= Beginning of Section =

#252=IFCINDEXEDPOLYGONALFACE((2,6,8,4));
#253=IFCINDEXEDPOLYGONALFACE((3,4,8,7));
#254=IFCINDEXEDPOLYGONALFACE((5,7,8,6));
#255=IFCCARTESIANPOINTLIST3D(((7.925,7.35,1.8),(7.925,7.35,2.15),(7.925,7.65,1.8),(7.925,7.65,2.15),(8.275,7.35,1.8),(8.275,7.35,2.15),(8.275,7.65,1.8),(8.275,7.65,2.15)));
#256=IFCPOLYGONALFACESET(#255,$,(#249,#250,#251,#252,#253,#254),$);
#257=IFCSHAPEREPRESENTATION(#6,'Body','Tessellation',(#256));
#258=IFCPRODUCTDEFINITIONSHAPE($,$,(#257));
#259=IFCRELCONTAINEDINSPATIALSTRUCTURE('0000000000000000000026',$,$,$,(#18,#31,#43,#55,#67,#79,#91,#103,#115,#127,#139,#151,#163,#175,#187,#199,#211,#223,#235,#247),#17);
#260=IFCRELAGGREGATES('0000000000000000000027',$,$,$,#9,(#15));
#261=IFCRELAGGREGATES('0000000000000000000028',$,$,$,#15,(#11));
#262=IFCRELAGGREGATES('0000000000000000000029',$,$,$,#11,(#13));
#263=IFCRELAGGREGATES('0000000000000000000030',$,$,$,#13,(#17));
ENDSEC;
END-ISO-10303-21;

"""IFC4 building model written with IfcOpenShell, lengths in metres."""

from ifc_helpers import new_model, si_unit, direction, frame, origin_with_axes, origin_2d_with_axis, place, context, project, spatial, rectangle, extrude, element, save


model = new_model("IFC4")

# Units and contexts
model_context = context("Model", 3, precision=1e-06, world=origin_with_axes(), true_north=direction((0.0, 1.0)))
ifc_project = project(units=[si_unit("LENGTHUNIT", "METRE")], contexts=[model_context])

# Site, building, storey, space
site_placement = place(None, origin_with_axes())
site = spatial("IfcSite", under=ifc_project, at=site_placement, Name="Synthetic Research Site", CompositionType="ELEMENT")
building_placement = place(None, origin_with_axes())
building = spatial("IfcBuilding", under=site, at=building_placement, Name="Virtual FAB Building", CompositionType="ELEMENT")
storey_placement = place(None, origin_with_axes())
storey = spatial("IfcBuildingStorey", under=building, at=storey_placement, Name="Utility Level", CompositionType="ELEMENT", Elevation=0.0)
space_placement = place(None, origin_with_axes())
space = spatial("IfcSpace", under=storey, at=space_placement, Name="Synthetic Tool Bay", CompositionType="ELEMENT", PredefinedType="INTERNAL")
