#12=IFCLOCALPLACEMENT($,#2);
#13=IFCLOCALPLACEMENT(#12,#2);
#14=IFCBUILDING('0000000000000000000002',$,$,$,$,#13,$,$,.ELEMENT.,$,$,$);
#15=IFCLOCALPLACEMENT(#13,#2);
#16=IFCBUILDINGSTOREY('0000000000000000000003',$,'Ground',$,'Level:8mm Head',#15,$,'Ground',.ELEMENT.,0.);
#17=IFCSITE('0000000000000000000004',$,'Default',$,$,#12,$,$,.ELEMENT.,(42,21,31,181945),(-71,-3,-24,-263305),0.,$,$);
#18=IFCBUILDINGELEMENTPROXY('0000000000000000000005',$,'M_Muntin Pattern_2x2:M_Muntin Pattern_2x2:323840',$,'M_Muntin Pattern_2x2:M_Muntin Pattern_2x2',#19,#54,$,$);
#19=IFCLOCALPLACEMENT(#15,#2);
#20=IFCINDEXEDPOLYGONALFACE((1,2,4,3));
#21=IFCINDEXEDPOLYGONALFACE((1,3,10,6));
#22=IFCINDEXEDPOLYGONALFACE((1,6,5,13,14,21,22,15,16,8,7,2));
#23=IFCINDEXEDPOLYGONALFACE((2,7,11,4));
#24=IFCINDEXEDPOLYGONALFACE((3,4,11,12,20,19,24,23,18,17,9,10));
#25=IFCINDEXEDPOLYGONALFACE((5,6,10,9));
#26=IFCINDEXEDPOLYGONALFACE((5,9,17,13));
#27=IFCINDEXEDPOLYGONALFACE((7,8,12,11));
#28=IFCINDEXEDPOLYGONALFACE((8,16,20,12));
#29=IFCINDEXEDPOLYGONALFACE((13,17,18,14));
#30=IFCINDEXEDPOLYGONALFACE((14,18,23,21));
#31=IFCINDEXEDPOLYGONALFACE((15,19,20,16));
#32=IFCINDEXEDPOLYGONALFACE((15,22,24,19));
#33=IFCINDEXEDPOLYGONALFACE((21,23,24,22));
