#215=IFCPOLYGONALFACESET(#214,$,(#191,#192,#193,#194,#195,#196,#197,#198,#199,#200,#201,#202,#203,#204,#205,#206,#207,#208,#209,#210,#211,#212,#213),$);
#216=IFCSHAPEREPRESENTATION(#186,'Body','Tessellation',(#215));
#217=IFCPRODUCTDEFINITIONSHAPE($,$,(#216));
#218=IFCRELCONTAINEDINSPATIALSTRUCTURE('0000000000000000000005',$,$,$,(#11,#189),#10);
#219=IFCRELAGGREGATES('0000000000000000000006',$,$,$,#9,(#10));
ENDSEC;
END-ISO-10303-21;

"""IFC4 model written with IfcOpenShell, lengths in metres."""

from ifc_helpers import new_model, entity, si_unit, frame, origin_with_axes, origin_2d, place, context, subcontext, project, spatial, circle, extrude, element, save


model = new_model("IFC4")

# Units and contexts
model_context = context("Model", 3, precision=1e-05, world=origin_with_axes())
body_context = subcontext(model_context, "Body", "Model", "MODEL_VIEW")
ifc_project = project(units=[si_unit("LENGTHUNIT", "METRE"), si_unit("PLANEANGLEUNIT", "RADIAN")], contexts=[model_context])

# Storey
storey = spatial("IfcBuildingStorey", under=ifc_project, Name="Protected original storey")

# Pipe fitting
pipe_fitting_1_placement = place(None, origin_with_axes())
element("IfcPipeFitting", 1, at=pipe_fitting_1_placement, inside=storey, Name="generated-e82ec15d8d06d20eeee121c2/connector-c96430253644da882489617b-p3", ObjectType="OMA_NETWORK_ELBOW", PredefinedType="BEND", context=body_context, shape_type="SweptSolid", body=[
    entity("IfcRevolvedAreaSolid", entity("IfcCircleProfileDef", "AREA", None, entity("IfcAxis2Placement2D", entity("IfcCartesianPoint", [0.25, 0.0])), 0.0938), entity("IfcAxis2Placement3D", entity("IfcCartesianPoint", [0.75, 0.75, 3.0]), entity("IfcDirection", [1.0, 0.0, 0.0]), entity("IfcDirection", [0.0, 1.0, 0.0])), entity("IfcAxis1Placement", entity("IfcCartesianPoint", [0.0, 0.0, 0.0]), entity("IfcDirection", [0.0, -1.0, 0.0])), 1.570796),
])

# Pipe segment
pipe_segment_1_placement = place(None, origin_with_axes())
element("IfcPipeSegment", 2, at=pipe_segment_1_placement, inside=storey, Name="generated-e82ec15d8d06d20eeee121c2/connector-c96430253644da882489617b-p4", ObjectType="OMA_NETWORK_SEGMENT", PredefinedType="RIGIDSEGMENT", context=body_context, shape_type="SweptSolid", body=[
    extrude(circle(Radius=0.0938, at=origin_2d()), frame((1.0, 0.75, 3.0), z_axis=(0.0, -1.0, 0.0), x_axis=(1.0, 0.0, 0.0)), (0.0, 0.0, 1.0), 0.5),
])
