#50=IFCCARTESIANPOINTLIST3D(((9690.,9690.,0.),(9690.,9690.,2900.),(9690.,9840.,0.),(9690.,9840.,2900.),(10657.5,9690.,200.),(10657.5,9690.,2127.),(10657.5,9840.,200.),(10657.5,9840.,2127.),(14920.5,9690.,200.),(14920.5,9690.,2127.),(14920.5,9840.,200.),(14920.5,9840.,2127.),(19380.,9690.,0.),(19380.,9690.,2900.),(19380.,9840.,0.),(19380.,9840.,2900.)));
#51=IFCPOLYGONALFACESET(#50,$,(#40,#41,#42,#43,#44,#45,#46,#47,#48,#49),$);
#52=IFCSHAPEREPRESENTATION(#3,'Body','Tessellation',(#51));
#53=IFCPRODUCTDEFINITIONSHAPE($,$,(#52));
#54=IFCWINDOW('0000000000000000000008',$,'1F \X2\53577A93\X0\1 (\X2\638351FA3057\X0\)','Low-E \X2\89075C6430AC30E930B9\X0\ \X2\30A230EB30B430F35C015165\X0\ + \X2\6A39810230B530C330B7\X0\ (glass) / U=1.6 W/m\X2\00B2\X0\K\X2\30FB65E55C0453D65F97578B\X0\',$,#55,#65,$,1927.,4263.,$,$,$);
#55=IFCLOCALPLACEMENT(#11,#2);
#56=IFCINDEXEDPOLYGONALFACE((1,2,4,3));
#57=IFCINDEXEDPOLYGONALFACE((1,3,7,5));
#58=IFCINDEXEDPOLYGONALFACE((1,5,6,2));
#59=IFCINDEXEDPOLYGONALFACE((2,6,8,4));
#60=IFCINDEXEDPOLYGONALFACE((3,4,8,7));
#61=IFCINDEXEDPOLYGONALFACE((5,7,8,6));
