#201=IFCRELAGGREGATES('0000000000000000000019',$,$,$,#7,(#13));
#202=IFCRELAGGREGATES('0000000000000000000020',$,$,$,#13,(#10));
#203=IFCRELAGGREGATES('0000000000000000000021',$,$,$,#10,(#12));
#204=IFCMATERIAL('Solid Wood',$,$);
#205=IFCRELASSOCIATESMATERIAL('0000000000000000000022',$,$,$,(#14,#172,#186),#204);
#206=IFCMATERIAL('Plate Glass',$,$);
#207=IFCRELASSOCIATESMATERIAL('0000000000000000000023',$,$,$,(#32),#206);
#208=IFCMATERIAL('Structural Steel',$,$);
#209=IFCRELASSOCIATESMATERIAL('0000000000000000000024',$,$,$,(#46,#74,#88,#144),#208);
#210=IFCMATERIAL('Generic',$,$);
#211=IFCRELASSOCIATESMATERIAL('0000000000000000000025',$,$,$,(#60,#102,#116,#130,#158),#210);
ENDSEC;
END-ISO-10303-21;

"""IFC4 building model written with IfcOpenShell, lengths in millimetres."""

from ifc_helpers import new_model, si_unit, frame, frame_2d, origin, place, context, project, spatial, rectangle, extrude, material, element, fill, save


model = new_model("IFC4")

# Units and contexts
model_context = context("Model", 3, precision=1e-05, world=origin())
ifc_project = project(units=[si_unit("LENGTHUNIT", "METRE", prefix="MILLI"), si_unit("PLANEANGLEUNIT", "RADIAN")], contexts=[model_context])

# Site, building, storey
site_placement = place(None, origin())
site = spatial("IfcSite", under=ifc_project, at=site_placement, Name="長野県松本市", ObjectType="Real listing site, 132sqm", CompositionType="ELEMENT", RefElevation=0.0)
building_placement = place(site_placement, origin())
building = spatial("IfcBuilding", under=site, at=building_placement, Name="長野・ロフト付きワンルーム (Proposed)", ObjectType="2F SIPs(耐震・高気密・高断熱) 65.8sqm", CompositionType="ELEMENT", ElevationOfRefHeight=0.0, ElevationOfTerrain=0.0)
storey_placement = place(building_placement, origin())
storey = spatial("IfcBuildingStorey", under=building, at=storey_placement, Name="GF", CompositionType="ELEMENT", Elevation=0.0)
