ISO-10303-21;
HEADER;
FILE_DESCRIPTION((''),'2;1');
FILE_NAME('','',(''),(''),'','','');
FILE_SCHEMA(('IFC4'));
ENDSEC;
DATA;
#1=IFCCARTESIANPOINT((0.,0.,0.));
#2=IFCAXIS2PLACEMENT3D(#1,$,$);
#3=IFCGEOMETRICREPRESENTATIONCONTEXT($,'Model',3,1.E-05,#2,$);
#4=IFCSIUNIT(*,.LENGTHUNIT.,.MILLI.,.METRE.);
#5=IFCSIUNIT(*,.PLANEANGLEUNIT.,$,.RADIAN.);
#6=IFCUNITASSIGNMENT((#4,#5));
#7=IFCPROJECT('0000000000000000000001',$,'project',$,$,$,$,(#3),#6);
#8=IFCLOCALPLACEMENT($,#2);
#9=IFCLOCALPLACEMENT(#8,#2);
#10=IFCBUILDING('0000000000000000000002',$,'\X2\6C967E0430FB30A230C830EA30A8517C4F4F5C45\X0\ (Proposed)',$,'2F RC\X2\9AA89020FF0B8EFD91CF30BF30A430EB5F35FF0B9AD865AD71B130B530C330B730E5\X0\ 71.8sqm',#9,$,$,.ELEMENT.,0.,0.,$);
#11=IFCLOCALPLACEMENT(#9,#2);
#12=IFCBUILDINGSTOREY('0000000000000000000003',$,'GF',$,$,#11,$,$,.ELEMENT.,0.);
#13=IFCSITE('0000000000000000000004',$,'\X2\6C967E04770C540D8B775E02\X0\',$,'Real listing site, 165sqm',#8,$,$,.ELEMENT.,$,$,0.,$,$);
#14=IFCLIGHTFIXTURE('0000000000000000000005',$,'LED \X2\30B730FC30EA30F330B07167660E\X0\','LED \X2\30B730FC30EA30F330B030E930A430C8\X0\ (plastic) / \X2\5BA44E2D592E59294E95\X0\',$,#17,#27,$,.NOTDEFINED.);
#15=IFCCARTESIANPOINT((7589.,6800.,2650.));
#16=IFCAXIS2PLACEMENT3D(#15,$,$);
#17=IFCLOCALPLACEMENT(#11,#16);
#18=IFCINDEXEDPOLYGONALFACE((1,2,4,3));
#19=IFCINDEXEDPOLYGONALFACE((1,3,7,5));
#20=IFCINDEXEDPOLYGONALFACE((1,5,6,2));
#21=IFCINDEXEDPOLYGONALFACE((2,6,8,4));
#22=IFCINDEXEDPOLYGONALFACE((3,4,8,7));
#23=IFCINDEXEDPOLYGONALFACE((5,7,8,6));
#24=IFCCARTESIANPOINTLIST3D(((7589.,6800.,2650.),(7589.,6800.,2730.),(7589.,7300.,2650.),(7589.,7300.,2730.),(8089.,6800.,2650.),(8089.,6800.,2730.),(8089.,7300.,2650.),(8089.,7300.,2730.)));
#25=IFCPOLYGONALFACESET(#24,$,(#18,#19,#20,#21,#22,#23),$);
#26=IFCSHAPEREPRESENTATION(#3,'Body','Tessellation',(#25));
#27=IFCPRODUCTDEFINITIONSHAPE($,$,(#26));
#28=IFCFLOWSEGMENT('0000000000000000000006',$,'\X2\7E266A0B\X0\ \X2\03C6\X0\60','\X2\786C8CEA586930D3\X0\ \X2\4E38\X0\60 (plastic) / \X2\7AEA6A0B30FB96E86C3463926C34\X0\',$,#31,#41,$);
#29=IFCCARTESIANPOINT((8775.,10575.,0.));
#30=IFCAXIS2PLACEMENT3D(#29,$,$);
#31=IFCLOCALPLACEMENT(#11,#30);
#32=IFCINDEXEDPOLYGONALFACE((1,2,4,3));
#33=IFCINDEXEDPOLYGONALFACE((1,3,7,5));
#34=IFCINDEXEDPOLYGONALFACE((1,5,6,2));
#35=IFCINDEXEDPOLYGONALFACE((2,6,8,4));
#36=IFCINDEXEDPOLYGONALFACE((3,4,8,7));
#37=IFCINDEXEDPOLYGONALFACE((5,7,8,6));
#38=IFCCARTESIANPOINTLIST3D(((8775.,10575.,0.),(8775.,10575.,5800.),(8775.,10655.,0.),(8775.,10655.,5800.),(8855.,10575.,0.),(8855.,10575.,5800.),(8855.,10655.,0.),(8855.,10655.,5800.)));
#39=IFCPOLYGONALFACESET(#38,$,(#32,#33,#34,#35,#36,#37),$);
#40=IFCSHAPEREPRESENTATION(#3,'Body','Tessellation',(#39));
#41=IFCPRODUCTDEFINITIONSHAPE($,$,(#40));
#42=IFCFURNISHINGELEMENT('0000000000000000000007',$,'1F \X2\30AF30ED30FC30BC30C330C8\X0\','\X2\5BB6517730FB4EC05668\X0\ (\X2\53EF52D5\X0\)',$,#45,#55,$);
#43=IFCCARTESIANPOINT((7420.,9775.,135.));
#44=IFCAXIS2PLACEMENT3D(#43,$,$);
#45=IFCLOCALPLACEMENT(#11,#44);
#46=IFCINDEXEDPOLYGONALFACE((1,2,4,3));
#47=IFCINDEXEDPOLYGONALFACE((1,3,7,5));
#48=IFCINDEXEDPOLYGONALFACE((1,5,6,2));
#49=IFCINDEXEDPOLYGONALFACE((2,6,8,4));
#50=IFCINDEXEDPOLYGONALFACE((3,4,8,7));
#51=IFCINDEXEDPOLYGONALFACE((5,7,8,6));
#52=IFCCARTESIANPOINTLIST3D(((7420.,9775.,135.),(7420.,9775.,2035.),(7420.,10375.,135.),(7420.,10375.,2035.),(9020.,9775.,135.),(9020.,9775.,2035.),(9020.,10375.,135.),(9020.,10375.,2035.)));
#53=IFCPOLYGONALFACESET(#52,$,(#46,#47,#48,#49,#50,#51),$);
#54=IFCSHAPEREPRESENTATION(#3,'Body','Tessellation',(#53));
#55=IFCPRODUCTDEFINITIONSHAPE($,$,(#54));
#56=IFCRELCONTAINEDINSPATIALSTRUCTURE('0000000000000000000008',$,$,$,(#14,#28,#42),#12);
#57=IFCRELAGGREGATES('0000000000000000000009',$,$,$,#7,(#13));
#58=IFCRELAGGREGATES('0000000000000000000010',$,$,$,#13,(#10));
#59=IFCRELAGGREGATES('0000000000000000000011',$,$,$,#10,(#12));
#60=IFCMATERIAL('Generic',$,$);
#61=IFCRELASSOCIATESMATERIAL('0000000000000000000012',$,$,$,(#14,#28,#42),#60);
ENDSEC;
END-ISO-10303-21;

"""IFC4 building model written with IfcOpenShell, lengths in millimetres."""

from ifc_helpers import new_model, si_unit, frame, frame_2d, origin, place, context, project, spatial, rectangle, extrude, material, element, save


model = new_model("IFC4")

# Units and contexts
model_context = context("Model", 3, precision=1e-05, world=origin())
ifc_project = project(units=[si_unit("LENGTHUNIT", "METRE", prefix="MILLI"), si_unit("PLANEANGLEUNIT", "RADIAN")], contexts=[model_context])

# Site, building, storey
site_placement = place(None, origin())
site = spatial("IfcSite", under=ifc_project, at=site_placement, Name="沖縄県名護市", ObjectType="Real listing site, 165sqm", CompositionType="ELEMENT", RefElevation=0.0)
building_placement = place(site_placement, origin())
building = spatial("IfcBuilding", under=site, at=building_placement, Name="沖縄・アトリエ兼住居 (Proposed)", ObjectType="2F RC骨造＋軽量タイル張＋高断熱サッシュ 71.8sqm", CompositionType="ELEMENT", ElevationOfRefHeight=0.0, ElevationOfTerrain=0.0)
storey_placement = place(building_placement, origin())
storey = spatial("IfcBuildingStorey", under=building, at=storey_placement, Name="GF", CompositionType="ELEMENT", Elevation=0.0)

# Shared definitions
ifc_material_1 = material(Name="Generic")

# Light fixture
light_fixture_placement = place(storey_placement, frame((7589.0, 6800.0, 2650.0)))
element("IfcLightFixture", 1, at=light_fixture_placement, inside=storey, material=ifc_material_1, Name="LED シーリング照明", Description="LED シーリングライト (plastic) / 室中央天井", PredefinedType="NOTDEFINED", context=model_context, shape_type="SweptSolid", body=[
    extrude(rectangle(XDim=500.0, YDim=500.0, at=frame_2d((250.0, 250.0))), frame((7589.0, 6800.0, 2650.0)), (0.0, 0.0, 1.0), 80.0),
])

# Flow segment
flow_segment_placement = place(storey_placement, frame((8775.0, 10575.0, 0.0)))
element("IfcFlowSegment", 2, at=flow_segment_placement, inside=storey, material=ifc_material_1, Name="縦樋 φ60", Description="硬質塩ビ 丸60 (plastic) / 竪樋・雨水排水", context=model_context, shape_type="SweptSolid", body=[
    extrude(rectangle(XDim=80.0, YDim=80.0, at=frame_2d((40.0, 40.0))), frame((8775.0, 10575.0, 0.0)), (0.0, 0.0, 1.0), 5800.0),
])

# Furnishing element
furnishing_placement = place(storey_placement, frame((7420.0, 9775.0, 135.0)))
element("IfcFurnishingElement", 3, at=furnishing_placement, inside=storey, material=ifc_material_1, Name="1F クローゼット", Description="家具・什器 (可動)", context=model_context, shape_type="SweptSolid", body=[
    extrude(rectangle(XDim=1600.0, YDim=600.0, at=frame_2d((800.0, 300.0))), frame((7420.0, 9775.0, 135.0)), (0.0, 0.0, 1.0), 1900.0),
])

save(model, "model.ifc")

= End of Section =

(Task statement)
Where the listing above reaches the line that contains "site_placement = place(None, origin_with_axes())", start retyping, and finish with the line that contains "#26=IFCINDEXEDPOLYGONALFACE((5,9,17,13));"; reproduce those lines exactly and no others.

(Solved problem)
site_placement = place(None, origin_with_axes())
site = spatial("IfcSite", under=ifc_project, at=site_placement, Name="Synthetic Research Site", CompositionType="ELEMENT")
building_placement = place(None, origin_with_axes())
building = spatial("IfcBuilding", under=site, at=building_placement, Name="Virtual FAB Building", CompositionType="ELEMENT")
storey_placement = place(None, origin_with_axes())
storey = spatial("IfcBuildingStorey", under=building, at=storey_placement, Name="Utility Level", CompositionType="ELEMENT", Elevation=0.0)
space_placement = place(None, origin_with_axes())
space = spatial("IfcSpace", under=storey, at=space_placement, Name="Synthetic Tool Bay", CompositionType="ELEMENT", PredefinedType="INTERNAL")
#12=IFCLOCALPLACEMENT($,#2);
#13=IFCLOCALPLACEMENT(#12,#2);
#14=IFCBUILDING('0000000000000000000002',$,$,$,$,#13,$,$,.ELEMENT.,$,$,$);
#15=IFCLOCALPLACEMENT(#13,#2);
#16=IFCBUILDINGSTOREY('0000000000000000000003',$,'Ground',$,'Level:8mm Head',#15,$,'Ground',.ELEMENT.,0.);
#17=IFCSITE('0000000000000000000004',$,'Default',$,$,#12,$,$,.ELEMENT.,(42,21,31,181945),(-71,-3,-24,-263305),0.,$,$);
#18=IFCBUILDINGELEMENTPROXY('0000000000000000000005',$,'M_Muntin Pattern_2x2:M_Muntin Pattern_2x2:323840',$,'M_Muntin Pattern_2x2:M_Muntin Pattern_2x2',#19,#54,$,$);
#19=IFCLOCALPLACEMENT(#15,#2);
#20=IFCINDEXEDPOLYGONALFACE((1,2,4,3));
#21=IFCINDEXEDPOLYGONALFACE((1,3,10,6));
#22=IFCINDEXEDPOLYGONALFACE((1,6,5,13,14,21,22,15,16,8,7,2));
#23=IFCINDEXEDPOLYGONALFACE((2,7,11,4));
#24=IFCINDEXEDPOLYGONALFACE((3,4,11,12,20,19,24,23,18,17,9,10));
#25=IFCINDEXEDPOLYGONALFACE((5,6,10,9));
#26=IFCINDEXEDPOLYGONALFACE((5,9,17,13));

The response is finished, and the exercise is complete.